Suddenly we have a shit ton of characters in Wano who are all around the same level and to be honest it comes down to who you like more in most of these threads

Reactions: Agree 3


----------



## Maruo (Nov 27, 2021)

Zoro extreme. Before this chapter, Yamoto wins extreme.


----------



## IHateAnnoyingJerks (Nov 27, 2021)

Serenity said:


> Kaido seems to disagree. Roger, Whitebeard, Rocks, Shanks, Oden are the ceiling according to Kaido himself. He fought against at least 3 of those 5, would have seen Roger first hand at God Valley & Rocks clearly a monster.


By that logic, Oden > Garp because Garp wasn't of the 5 Kaido remembered, I am sure Garp wouldn't get clubbed in one hit (even if it's sneak attack) by a weaker Kaido.  I am sure if Luffy remember opponents in his past, Katakuri would be in it, doesn't make Katakuri > Kaido.  Rayleigh scales to EOS Zoro as Pirate King's right hand man, who should also scale to Mihawk.  Mihawk ~ EoS Zoro ~ Prime Rayleigh > Oden.


----------



## truedetectiveseason2intro (Nov 27, 2021)

IHateAnnoyingJerks said:


> By that logic, Oden > Garp because Garp wasn't of the 5 Kaido remembered, I am sure Garp wouldn't get *clubbed in one hit *(even if it's sneak attack) by a weaker Kaido.  I am sure if Luffy remember opponents in his past, Katakuri would be in it, doesn't make Katakuri > Kaido.  Rayleigh scales to EOS Zoro as Pirate King's right hand man, who should also scale to Mihawk.  Mihawk ~ EoS Zoro ~ Prime Rayleigh > Oden.


That was one of the more obvious instances of pis. Unless you think pre-prime base kaido’s unnamed attack is above a named attack from prime Roger.


----------



## Canute87 (Nov 27, 2021)

Shiba D. Inu said:


> who wins?


Sword forged from the depths of hell  >  a piece of wood.


----------



## IHateAnnoyingJerks (Nov 27, 2021)

truedetectiveseason2intro said:


> That was one of the more obvious instances of pis. Unless you think pre-prime base kaido’s unnamed attack is above a named attack from prime Roger.


Roger was meant to have a friendly banter with WB Pirates and Kaido fights to win, huge difference here.  A serious Roger would kill Oden in one hit since Kaido's unname club can do the work.  Oden is the weakest by a significant margin in those 5 people that Kaido mentioned.


----------



## truedetectiveseason2intro (Nov 27, 2021)

IHateAnnoyingJerks said:


> Roger was meant to have a friendly banter with WB Pirates and Kaido fights to win, huge difference here.  A serious Roger would kill Oden in one hit since Kaido's unname club can do the work.  Oden is the weakest by a significant margin in those 5 people that Kaido mentioned.

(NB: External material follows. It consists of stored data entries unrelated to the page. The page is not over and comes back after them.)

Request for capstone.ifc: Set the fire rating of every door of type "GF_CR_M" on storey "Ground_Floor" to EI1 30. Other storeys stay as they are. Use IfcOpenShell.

First a look at what the model holds.

```python
import ifcopenshell
import ifcopenshell.util.element

model = ifcopenshell.open("capstone.ifc")
print(model.schema)
storey = next(s for s in model.by_type("IfcBuildingStorey") if s.Name == "Ground_Floor")
doors = [e for e in ifcopenshell.util.element.get_decomposition(storey) if e.is_a("IfcDoor")]
seen = {}
for e in doors:
    element_type = ifcopenshell.util.element.get_type(e)
    key = (element_type.Name if element_type != e and element_type else None, ifcopenshell.util.element.get_pset(e, "Pset_DoorCommon", "FireRating"))
    seen[key] = seen.get(key, 0) + 1
for (name, value), count in sorted(seen.items(), key=str):
    print(count, "x", name, "|", value)
```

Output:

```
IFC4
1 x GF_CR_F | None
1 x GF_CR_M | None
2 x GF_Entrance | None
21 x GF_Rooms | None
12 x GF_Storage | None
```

```python
import ifcopenshell
import ifcopenshell.api.pset
import ifcopenshell.util.element

model = ifcopenshell.open("capstone.ifc")

storey = next(s for s in model.by_type("IfcBuildingStorey") if s.Name == "Ground_Floor")
doors = [e for e in ifcopenshell.util.element.get_decomposition(storey) if e.is_a("IfcDoor")]

count = 0
for e in doors:
    element_type = ifcopenshell.util.element.get_type(e)
    if element_type in (None, e) or element_type.Name != "GF_CR_M":
        continue
    # add_pset returns the element's existing set when there is one.
    pset = ifcopenshell.api.pset.add_pset(model, product=e, name="Pset_DoorCommon")
    ifcopenshell.api.pset.edit_pset(model, pset=pset, properties={"FireRating": "EI1 30"})
    count += 1

print(count, "doors updated")

model.write("capstone_edited.ifc")
```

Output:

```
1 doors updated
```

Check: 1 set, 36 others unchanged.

Or maybe Oda needed a way to end the fight against kaido where Oden lost but didn’t look weaker. Roger used a named attack in his prime.


----------



## IHateAnnoyingJerks (Nov 27, 2021)

truedetectiveseason2intro said:


> Or maybe Oda needed a way to end the fight against kaido where Oden lost but didn’t look weaker. Roger used a named attack in his prime.


A named attack that wasn't meant to kill.


----------



## B Rabbit (Nov 27, 2021)

Yamato for now but probably Zoro next chapter.

Reactions: Neutral 1


----------



## FitzChivalry (Nov 29, 2021)

Siskebabas said:


> Lol, yamato stalemating Kaido is better whatever Zoro has done


Highly debatable. A severely damaged, broken Zoro, who was hacking up blood, actually hurt and permanently scarred Kaido after eating an Ocean Sovereignty from Kaido and Big Mom.

Reactions: Winner 4


----------



## Siskebabas (Nov 30, 2021)

FitzChivalry said:


> Highly debatable. A severely damaged, broken Zoro, who was hacking up blood, actually hurt and permanently scarred Kaido after eating an Ocean Sovereignty from Kaido and Big Mom.

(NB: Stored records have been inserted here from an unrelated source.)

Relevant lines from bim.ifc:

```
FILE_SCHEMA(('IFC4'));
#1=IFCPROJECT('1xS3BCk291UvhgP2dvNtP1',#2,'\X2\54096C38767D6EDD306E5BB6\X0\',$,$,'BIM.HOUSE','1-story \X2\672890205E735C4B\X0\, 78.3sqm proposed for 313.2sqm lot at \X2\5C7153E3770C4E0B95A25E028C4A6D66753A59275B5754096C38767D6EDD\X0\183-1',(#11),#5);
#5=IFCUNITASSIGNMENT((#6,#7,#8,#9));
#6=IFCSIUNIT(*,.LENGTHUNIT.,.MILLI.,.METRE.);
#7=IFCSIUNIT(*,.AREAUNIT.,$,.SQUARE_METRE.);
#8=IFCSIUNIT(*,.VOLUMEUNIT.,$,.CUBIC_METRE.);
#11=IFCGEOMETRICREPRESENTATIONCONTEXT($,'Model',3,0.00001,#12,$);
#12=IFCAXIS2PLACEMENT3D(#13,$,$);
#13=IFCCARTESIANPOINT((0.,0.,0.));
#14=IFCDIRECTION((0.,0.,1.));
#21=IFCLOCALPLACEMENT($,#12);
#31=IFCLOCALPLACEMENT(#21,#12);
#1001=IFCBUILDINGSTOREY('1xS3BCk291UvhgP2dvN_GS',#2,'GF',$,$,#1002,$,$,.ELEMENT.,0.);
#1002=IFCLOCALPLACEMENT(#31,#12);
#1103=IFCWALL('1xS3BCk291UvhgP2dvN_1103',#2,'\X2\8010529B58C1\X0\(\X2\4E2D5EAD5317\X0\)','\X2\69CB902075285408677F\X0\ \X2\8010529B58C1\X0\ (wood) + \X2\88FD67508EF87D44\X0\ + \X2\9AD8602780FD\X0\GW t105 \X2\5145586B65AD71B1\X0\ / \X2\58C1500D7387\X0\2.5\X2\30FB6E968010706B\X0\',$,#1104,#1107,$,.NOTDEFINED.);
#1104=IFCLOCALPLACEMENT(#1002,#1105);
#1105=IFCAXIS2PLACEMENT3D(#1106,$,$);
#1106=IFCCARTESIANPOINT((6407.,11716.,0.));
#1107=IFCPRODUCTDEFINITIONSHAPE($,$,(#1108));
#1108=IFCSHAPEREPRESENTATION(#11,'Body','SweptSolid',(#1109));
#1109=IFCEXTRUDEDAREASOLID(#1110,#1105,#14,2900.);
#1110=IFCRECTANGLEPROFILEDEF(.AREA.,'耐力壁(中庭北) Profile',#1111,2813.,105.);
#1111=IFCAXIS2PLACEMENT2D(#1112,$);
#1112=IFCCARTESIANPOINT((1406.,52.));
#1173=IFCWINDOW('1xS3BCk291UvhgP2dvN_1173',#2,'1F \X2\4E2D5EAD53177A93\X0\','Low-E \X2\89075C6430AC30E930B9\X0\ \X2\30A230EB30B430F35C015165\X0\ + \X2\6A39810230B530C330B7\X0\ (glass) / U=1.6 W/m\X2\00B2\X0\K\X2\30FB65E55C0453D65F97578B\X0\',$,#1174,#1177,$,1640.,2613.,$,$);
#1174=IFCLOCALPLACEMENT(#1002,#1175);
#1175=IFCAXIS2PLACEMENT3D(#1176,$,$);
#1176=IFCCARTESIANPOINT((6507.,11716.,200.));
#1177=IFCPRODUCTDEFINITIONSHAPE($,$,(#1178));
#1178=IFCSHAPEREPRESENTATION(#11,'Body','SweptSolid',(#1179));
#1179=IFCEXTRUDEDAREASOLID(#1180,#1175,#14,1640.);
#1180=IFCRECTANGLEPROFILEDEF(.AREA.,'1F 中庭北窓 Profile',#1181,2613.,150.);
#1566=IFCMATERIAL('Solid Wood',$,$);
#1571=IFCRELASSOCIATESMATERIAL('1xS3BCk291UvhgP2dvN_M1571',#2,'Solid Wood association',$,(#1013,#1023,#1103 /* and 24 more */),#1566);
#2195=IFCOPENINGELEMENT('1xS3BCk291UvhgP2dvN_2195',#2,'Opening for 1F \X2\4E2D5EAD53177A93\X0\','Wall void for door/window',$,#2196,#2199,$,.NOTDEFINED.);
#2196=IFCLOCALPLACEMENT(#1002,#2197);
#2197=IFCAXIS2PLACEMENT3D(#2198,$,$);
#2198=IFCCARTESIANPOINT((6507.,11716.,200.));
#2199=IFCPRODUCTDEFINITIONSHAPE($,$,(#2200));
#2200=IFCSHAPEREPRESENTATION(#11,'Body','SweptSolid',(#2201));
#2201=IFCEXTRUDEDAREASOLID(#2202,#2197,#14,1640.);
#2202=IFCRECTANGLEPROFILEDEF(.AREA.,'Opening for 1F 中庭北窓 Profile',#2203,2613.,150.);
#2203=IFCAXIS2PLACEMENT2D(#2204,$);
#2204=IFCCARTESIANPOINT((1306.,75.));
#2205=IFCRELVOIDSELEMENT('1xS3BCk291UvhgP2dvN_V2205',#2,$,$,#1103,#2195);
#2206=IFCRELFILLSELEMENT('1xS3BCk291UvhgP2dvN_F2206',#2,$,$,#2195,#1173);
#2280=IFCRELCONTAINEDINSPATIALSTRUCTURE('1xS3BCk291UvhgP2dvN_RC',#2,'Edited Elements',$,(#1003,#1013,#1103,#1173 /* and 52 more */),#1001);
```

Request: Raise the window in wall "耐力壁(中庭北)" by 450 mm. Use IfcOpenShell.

```python
import numpy as np
import ifcopenshell
import ifcopenshell.api.geometry
import ifcopenshell.util.placement
import ifcopenshell.util.unit

model = ifcopenshell.open("bim.ifc")
unit_scale = ifcopenshell.util.unit.calculate_unit_scale(model)

window = model.by_id(1173)
opening = window.FillsVoids[0].RelatingOpeningElement
dz = 0.45 / unit_scale

shift = np.array([0.0, 0.0, dz])
# The window is not placed relative to its opening, so move both.
for product in (opening, window):
    matrix = ifcopenshell.util.placement.get_local_placement(product.ObjectPlacement)
    matrix[:3, 3] += shift
    ifcopenshell.api.geometry.edit_object_placement(model, product=product, matrix=matrix, is_si=False)

print(f"moved by {dz * unit_scale:+.3f} m")

model.write("bim-out.ifc")
```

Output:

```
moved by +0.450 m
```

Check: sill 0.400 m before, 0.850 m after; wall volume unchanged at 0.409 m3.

He can at best scar Kaido with his best attack, but it doesnt make difficulty for Kaido to go up, he still gets low diffed whether he scars kaido ar not. 
Though i understand that it doesnt make sense going from scarribg kaido to get stomped by King, but thats what happened


----------



## Lmao (Nov 30, 2021)

Siskebabas said:


> Though i understand that it doesnt make sense going from scarribg kaido to get stomped by King, but thats what happened


And this is why people shouldn't get overly excited for feats in group settings, 1v1s are always a better strength indicator.


----------



## Beast (Nov 30, 2021)

Zoro extreme diff now 

Yamato is meant to be Oden and Zoro is Ray is all I can say.


----------



## Strobacaxi (Nov 30, 2021)

Lmao said:


> And this is why people shouldn't get overly excited for feats in group settings, 1v1s are always a better strength indicator.


Zoro scarred Kaido in a 1v1
Even called him out before attacking him. There was no team effort there.

Regarding Zoro vs Yamato, the only thing Yamato had that could possibly put her above Zoro was adCoC. Now that Zoro has it, he wins, extreme diff


----------



## Beast (Nov 30, 2021)

Not going to lie if Zoro scaring Kaidou is being called a 1v1 then Yamatos fight against Laidou needs to be considered an extreme diff fight just off the difference between how long both interactions were. 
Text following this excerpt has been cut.